By the way, many people confuse excitement with anxiety, because both emotions prompt very similar physiological responses, such as a racing heart, shallow breathing, muscle tension, and so on. However, whether you call yourself anxious or excited makes all the difference in how you evaluate and approach upcoming events, such as a first date, a big presentation, or a move to a new city.

At this point, you’ve zeroed in on a negative and limiting thought—for example, “I feel worried and restless.” This thought might be true, but staying this way doesn’t help you reach your goals. So now you can work with the counterbalancing exercise and address that smaller part of you that’s the source of these feelings. Think about it: to arrive at this juncture, all you did was put a vague feeling into words.

If you are more inquisitive, you can also be more specific by asking yourself questions such as, “What am I feeling worried and restless about?” “Compared to whom do I feel small?” “What am I doubtful about?” “What appears scary or overwhelming to me?” Sometimes it’s quite illuminating to notice what comes up when you say to yourself, “I feel XYZ because …” and then just wait for the answer. The more details you capture, the easier it will be for you to counterbalance the thought that describes the anxiety and thus shift the feeling.

By consciously addressing the subconscious source of your negative self-talk, you have started to reconnect and heal that part of you whose reality was defined by fear and anxiety. In this next chapter, you will be able to go even farther and deeper—from reconnection to
reintegration.

CHAPTER 7
To Wholeness and Beyond
RESOLVING INNER CONFLICTS

H
ERE IS ONE
of the most common challenges people who are dealing with fear and anxiety report: “I’m constantly struggling with myself. Every time I want to change or take a step forward, I hear one voice in my head encouraging me, ‘Go for it. You can do it.’ But another scared voice says, ‘Don’t do it. It won’t work. You’ll just fail and be made fun of.’ This argument goes on and on. Usually I end up doing nothing, which makes me increasingly depressed and angry with myself.”

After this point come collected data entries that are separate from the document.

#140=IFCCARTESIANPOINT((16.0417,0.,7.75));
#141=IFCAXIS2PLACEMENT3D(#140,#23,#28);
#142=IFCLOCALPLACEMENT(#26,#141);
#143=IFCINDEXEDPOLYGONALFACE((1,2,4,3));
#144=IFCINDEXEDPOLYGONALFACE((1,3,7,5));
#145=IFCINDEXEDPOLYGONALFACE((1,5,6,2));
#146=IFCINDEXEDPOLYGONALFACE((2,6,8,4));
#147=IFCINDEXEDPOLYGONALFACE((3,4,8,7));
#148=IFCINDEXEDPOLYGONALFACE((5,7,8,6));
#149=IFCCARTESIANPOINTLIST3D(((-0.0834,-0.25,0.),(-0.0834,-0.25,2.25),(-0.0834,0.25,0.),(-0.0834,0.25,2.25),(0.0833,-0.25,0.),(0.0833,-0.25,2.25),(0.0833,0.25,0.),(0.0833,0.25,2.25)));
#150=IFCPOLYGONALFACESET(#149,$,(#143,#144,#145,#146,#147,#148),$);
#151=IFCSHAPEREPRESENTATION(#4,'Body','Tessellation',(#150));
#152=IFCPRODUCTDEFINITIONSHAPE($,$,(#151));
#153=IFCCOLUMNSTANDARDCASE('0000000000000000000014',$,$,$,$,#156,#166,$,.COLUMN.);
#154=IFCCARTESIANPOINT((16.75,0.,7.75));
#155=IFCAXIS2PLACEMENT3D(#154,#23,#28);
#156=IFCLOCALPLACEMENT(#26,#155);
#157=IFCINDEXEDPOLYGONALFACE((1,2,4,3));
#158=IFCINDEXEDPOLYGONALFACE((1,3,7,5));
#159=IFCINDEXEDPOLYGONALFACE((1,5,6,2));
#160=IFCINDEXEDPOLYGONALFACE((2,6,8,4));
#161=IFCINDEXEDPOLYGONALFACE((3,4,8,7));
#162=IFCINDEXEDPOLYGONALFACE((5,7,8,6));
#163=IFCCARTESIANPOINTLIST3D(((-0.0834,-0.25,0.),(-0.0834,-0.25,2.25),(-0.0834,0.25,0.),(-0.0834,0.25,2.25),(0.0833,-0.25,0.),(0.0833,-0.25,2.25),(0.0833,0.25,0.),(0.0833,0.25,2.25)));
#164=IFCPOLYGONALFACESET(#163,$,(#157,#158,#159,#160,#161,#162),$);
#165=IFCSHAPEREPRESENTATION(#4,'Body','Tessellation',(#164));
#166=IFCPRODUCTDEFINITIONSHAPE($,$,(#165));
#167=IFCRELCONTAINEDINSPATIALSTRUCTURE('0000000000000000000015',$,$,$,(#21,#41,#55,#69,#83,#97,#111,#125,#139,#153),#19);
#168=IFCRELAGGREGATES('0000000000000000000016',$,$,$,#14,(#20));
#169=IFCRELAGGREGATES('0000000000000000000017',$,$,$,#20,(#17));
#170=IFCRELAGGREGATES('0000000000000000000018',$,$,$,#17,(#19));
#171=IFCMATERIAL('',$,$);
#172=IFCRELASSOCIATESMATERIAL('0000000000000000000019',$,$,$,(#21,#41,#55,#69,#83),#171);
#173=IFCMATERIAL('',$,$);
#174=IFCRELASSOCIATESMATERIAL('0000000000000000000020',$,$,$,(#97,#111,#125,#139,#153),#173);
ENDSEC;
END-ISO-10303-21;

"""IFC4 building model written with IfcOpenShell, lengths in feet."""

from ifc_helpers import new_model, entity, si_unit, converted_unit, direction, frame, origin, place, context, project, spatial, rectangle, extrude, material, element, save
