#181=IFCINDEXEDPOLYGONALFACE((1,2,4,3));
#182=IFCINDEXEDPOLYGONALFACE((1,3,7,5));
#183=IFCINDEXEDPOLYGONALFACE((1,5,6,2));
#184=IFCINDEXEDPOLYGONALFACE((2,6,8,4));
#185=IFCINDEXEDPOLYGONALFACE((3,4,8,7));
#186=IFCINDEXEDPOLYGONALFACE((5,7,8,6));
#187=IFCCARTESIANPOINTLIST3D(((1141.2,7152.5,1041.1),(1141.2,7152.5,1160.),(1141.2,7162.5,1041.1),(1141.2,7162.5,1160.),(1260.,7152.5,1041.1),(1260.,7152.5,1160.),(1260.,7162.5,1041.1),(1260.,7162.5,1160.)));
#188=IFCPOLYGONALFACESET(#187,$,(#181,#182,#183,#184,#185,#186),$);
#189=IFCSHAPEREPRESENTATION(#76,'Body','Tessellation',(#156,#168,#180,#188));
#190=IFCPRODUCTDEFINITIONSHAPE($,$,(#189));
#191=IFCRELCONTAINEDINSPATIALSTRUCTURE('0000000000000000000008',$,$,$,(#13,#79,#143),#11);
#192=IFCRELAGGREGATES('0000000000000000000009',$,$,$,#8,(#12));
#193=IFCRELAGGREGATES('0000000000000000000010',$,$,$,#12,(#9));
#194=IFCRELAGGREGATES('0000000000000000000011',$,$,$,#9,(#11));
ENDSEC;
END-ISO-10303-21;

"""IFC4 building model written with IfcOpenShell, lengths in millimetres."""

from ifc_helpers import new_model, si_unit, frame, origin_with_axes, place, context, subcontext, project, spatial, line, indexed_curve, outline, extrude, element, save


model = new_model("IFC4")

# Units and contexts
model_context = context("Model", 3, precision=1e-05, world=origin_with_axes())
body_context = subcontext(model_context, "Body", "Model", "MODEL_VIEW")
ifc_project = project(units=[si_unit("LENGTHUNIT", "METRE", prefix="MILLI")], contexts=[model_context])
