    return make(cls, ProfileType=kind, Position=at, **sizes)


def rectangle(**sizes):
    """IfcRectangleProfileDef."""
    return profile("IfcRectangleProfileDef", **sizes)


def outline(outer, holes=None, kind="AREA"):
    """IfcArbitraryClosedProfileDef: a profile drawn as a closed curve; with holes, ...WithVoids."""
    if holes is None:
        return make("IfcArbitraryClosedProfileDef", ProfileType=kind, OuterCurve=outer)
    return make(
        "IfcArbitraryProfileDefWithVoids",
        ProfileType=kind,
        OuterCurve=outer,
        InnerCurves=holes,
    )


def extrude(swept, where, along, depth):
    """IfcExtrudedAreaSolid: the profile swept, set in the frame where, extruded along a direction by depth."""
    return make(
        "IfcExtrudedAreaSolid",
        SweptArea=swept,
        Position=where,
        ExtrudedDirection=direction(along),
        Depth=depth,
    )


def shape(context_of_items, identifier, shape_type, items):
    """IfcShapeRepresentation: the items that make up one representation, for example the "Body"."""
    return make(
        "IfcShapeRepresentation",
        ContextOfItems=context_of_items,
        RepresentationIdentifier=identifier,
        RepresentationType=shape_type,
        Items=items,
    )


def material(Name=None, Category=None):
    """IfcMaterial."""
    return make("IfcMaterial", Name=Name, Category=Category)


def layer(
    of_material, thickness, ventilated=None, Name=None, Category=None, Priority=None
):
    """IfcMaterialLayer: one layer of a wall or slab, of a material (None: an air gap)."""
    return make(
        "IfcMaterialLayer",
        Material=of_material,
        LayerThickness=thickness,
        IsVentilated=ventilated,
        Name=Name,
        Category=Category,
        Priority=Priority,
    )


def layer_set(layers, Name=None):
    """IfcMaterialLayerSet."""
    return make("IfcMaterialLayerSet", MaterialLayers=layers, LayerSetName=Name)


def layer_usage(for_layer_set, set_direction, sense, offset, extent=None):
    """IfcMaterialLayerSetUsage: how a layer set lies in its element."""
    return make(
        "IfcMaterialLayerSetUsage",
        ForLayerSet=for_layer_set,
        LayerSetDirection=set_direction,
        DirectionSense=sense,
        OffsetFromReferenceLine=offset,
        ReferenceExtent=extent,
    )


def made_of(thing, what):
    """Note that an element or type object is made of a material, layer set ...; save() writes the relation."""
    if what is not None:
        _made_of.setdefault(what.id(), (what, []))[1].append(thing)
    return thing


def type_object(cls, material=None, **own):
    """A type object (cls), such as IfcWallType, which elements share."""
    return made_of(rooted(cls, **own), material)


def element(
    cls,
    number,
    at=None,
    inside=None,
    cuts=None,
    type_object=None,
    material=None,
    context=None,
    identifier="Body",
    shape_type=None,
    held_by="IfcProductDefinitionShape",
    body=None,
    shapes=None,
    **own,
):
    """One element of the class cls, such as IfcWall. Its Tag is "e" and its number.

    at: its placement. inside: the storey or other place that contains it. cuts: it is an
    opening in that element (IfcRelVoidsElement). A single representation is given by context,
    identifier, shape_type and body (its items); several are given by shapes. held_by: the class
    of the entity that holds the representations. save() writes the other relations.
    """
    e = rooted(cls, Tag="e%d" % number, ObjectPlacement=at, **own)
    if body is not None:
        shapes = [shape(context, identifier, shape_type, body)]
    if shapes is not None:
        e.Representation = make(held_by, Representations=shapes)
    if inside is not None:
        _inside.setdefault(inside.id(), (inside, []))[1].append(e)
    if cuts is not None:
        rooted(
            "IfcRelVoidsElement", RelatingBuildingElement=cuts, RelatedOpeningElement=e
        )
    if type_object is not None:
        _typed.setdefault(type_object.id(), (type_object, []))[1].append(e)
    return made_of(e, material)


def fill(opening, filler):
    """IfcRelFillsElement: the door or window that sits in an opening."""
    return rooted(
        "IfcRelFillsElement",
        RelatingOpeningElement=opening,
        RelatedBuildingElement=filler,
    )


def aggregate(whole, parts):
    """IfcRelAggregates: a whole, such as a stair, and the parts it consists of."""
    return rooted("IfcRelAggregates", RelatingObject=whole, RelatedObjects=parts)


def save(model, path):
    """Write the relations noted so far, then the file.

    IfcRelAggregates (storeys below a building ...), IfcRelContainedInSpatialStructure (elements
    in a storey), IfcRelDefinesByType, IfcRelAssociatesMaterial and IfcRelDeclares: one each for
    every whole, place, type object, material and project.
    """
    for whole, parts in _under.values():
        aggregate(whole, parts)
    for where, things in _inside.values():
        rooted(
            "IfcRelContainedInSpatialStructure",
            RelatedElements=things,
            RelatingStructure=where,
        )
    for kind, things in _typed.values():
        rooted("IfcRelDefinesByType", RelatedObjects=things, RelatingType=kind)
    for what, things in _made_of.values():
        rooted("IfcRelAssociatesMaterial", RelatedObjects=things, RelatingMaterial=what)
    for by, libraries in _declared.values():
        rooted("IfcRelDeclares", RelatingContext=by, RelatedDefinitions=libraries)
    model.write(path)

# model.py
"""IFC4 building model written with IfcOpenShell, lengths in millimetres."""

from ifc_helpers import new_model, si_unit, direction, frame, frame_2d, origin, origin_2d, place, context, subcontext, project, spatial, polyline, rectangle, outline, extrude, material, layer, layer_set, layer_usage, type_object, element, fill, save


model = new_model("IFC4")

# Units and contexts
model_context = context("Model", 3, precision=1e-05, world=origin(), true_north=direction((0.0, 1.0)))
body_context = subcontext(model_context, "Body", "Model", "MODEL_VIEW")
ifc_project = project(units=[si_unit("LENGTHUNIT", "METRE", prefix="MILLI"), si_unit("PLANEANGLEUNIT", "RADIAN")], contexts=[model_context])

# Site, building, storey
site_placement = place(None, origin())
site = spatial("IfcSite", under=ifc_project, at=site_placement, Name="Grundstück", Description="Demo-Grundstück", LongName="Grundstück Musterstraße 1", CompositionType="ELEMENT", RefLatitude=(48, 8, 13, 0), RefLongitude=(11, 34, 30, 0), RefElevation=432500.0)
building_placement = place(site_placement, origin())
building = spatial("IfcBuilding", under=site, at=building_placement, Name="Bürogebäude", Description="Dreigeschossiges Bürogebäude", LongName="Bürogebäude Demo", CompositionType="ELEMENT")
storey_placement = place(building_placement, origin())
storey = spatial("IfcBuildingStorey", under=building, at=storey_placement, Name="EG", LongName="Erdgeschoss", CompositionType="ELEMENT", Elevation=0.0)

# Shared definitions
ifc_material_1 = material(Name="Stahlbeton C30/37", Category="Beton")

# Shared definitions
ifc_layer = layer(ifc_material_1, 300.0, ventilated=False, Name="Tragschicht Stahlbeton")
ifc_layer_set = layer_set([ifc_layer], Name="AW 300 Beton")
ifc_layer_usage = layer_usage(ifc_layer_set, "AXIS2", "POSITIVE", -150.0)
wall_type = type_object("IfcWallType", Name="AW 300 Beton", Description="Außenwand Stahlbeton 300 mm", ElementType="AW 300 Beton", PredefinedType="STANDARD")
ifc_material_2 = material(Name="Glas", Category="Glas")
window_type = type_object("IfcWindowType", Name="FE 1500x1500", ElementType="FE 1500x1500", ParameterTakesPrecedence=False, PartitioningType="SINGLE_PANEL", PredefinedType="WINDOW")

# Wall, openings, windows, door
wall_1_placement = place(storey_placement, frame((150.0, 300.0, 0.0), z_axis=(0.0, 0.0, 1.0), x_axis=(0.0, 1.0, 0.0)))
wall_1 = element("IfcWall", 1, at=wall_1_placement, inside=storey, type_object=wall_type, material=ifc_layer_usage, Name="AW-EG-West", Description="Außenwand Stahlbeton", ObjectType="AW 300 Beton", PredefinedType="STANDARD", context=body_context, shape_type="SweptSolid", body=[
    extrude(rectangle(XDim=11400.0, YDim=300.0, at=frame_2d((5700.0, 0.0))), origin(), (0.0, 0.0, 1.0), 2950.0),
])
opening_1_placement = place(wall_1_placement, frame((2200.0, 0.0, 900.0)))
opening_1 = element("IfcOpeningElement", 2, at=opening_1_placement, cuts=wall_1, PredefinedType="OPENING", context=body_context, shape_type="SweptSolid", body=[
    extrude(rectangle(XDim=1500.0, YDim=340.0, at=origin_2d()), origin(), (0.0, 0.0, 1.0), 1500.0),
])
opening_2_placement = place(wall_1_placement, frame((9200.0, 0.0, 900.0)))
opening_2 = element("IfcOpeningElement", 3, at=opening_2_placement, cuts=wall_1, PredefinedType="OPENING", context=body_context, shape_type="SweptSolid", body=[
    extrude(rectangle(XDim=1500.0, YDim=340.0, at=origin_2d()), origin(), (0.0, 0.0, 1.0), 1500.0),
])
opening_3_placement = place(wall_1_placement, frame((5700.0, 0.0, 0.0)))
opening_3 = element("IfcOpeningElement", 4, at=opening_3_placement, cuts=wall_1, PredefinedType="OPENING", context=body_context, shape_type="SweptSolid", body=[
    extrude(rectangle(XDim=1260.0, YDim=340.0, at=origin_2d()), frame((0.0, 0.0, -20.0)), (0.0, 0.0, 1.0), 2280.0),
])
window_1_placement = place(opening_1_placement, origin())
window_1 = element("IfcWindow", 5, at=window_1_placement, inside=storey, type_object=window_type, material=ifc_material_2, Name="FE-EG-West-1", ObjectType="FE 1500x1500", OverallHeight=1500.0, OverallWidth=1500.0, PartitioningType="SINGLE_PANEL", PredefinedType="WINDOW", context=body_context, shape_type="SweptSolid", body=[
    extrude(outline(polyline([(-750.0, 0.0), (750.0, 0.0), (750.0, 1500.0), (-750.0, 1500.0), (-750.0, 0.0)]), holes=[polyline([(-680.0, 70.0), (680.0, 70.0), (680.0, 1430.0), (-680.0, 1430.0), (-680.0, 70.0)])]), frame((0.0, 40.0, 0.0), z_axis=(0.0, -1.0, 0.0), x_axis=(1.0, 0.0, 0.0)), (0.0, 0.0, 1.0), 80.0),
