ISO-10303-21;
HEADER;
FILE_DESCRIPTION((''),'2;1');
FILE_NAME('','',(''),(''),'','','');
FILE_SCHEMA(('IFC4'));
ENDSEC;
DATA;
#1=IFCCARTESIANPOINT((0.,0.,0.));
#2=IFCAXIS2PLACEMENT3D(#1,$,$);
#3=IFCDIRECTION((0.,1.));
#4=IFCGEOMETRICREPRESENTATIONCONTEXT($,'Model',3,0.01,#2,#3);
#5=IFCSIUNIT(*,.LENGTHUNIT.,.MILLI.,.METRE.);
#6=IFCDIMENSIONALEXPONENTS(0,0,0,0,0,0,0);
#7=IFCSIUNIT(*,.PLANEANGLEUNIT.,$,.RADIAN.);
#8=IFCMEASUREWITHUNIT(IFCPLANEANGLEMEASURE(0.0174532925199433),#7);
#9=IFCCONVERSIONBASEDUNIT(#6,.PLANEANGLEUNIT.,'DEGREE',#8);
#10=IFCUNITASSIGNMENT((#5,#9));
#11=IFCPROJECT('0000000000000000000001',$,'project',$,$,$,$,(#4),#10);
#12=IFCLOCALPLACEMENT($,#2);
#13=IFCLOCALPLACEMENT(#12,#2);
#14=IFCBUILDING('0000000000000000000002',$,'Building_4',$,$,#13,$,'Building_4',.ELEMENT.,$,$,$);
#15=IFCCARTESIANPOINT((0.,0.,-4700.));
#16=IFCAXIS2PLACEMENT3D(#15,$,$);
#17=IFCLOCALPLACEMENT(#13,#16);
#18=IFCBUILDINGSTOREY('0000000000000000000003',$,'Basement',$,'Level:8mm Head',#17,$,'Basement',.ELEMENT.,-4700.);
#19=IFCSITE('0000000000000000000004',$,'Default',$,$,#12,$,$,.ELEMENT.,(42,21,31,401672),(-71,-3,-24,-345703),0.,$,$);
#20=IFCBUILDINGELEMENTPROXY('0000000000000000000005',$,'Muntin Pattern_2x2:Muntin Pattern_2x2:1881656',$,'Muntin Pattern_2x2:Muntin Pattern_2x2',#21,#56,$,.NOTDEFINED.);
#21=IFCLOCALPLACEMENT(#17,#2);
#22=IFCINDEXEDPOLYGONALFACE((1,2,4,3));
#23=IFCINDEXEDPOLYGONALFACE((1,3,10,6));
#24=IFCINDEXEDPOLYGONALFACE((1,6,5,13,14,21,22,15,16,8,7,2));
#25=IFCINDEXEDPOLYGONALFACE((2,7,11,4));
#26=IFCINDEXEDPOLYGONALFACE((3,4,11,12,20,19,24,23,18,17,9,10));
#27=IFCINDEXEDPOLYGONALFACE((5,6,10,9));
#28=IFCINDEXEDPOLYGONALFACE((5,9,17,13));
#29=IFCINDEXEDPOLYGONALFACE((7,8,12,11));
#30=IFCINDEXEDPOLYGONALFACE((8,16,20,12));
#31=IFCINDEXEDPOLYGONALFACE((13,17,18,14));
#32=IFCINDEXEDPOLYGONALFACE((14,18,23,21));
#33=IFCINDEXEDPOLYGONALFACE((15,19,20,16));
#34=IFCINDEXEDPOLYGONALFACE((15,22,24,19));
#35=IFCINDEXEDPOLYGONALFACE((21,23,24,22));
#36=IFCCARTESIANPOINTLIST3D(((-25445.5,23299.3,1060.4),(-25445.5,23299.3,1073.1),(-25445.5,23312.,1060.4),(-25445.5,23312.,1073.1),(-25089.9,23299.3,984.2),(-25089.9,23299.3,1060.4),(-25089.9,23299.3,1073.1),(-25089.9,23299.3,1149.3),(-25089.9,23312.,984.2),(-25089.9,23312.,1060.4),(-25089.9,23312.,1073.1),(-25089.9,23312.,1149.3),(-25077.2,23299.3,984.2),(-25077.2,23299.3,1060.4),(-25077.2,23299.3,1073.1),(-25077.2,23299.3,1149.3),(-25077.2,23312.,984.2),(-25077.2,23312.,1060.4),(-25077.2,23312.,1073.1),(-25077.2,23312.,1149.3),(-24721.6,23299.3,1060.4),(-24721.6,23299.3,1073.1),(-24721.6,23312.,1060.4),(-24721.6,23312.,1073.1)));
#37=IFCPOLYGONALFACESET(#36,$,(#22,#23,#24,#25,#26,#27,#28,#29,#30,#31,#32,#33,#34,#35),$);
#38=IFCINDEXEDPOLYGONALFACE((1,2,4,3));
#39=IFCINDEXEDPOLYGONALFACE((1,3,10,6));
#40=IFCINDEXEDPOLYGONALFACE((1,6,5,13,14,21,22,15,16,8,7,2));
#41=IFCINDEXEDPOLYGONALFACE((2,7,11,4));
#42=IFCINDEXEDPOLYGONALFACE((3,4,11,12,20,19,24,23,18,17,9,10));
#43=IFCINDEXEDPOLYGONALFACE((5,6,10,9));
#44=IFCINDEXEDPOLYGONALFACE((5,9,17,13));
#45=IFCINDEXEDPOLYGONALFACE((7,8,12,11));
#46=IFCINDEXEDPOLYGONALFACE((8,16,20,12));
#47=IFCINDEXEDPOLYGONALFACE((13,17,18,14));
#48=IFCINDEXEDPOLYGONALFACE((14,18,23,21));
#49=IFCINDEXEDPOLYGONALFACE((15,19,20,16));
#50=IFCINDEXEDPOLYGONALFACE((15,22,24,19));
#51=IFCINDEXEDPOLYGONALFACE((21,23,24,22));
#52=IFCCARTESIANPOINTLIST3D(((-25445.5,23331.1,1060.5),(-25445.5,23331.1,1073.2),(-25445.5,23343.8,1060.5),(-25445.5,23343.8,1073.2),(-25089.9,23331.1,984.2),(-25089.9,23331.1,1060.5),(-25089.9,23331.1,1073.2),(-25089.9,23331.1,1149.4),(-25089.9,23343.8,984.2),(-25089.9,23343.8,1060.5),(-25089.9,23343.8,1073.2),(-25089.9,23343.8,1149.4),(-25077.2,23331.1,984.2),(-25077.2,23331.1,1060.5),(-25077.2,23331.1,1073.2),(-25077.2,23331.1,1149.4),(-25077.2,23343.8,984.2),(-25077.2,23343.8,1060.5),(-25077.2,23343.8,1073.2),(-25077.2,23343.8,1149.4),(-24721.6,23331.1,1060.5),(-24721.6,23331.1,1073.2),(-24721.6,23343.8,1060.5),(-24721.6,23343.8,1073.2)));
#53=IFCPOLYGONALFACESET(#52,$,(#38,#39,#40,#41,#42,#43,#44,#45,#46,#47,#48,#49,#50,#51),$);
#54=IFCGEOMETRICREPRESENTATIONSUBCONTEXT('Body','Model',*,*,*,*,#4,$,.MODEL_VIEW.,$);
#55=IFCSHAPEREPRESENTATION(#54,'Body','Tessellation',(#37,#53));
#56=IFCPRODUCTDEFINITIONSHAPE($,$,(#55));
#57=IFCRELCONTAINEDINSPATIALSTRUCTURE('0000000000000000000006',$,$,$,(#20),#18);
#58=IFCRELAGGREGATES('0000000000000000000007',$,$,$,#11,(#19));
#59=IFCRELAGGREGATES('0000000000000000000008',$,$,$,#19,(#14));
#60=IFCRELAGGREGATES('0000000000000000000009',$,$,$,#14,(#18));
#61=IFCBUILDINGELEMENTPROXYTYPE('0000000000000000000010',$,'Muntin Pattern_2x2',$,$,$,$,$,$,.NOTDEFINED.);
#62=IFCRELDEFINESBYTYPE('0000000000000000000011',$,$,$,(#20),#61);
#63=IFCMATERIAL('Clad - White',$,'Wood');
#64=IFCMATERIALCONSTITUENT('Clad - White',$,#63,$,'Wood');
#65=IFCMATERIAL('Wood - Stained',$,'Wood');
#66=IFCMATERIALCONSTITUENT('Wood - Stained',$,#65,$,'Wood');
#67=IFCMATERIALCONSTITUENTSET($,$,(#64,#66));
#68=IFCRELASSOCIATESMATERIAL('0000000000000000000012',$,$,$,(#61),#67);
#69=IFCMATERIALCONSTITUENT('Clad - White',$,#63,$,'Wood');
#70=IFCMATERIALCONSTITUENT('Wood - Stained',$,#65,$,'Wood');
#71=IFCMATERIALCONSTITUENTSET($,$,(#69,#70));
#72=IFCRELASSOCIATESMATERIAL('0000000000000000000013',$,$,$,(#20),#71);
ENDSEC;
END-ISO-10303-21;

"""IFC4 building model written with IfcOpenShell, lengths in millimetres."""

from ifc_helpers import new_model, entity, si_unit, converted_unit, direction, frame, origin, place, context, subcontext, project, spatial, indexed_curve, outline, extrude, source, transform, mapped, material, constituent, constituent_set, type_object, type_shapes, element, save


model = new_model("IFC4")

# Units and contexts
model_context = context("Model", 3, precision=0.01, world=origin(), true_north=direction((0.0, 1.0)))
body_context = subcontext(model_context, "Body", "Model", "MODEL_VIEW")
ifc_project = project(units=[si_unit("LENGTHUNIT", "METRE", prefix="MILLI"), converted_unit("PLANEANGLEUNIT", "DEGREE", entity("IfcPlaneAngleMeasure", 0.0174532925199433), si_unit("PLANEANGLEUNIT", "RADIAN"), dimensions=[0, 0, 0, 0, 0, 0, 0])], contexts=[model_context])

# Site, building, storey
site_placement = place(None, origin())
site = spatial("IfcSite", under=ifc_project, at=site_placement, Name="Default", CompositionType="ELEMENT", RefLatitude=(42, 21, 31, 401672), RefLongitude=(-71, -3, -24, -345703), RefElevation=0.0)
building_placement = place(site_placement, origin())
building = spatial("IfcBuilding", under=site, at=building_placement, Name="Building_4", LongName="Building_4", CompositionType="ELEMENT")
storey_placement = place(building_placement, frame((0.0, 0.0, -4700.0)))
storey = spatial("IfcBuildingStorey", under=building, at=storey_placement, Name="Basement", ObjectType="Level:8mm Head", LongName="Basement", CompositionType="ELEMENT", Elevation=-4700.0)

# Shared definitions
ifc_material_1 = material(Name="Clad - White", Category="Wood")
ifc_material_2 = material(Name="Wood - Stained", Category="Wood")

# Building element proxy
ifc_constituent_1 = constituent(ifc_material_1, Name="Clad - White", Category="Wood")
ifc_constituent_2 = constituent(ifc_material_2, Name="Wood - Stained", Category="Wood")
ifc_constituent_set_1 = constituent_set(constituents=[ifc_constituent_1, ifc_constituent_2])
building_element_proxy_type_1 = type_object("IfcBuildingElementProxyType", Name="Muntin Pattern_2x2", PredefinedType="NOTDEFINED", material=ifc_constituent_set_1)
shared_shape_1 = source(origin(), body_context, "Body", "SweptSolid", [
    extrude(outline(indexed_curve([(6.4, -6.4), (82.5, -6.4), (82.5, 6.3), (6.4, 6.3), (6.4, 362.0), (-6.3, 362.0), (-6.3, 6.3), (-82.6, 6.3), (-82.6, -6.4), (-6.3, -6.4), (-6.3, -361.9), (6.4, -361.9), (6.4, -6.4)], self_intersect=False)), frame((0.0, -22.2, 82.5), z_axis=(0.0, 1.0, 0.0), x_axis=(0.0, 0.0, 1.0)), (0.0, 0.0, 1.0), 12.7),
    extrude(outline(indexed_curve([(6.4, -6.4), (82.6, -6.4), (82.6, 6.3), (6.4, 6.3), (6.4, 362.0), (-6.3, 362.0), (-6.3, 6.3), (-82.6, 6.3), (-82.6, -6.4), (-6.3, -6.4), (-6.3, -361.9), (6.4, -361.9), (6.4, -6.4)], self_intersect=False)), frame((0.0, 9.5, 82.6), z_axis=(0.0, 1.0, 0.0), x_axis=(0.0, 0.0, 1.0)), (0.0, 0.0, 1.0), 12.7),
])
type_shapes(building_element_proxy_type_1, [shared_shape_1])
ifc_constituent_3 = constituent(ifc_material_1, Name="Clad - White", Category="Wood")
ifc_constituent_4 = constituent(ifc_material_2, Name="Wood - Stained", Category="Wood")
ifc_constituent_set_2 = constituent_set(constituents=[ifc_constituent_3, ifc_constituent_4])
proxy_1_placement = place(storey_placement, frame((-25083.6, 23321.5, 984.2)))
element("IfcBuildingElementProxy", 1, at=proxy_1_placement, inside=storey, type_object=building_element_proxy_type_1, material=ifc_constituent_set_2, Name="Muntin Pattern_2x2:Muntin Pattern_2x2:1881656", ObjectType="Muntin Pattern_2x2:Muntin Pattern_2x2", PredefinedType="NOTDEFINED", context=body_context, shape_type="MappedRepresentation", body=[
    mapped(shared_shape_1, transform((0.0, 0.0, 0.0), scale=1.0)),
])

save(model, "model.ifc")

Does this challenge sound familiar to you? Are you also finding yourself in the midst of an inner battle? The back-and-forth between anxious, limiting self-talk and confident, encouraging thoughts is just one of the hallmarks of an inner conflict. There are also other signs, which I’ve listed here, in order of severity.

Self-doubt, indecisiveness, and second-guessing.
Isn’t it annoying when after you’ve made a decision you wonder whether you really made the best choice? Even if it’s as minor as buying a pair of shoes or ordering lunch at a restaurant, a simple this-or-that decision feels almost like a matter of life and death. Likewise, isn’t it frustrating when you come home from work and start analyzing your performance and then beat yourself up for a potential mistake or for making a fool of yourself? Eventually, the fear of failure and rejection becomes stronger than the desire to succeed and enjoy yourself.

Inconsistent, self-sabotaging thoughts, emotions, and behavior.
Nobody thinks, feels, or acts the same way all the time; we’re always changing our minds. However, if you’re struggling with an inner conflict, these mental/emotional
flip-flops may appear more pronounced and have a greater impact. One day you might be optimistic and motivated; you start to put yourself in gear to strive toward your goals, drop a habit, or make another significant change in your life. The next day you’re thinking that nothing will ever change, that once again you won’t succeed, and that you shouldn’t even start trying.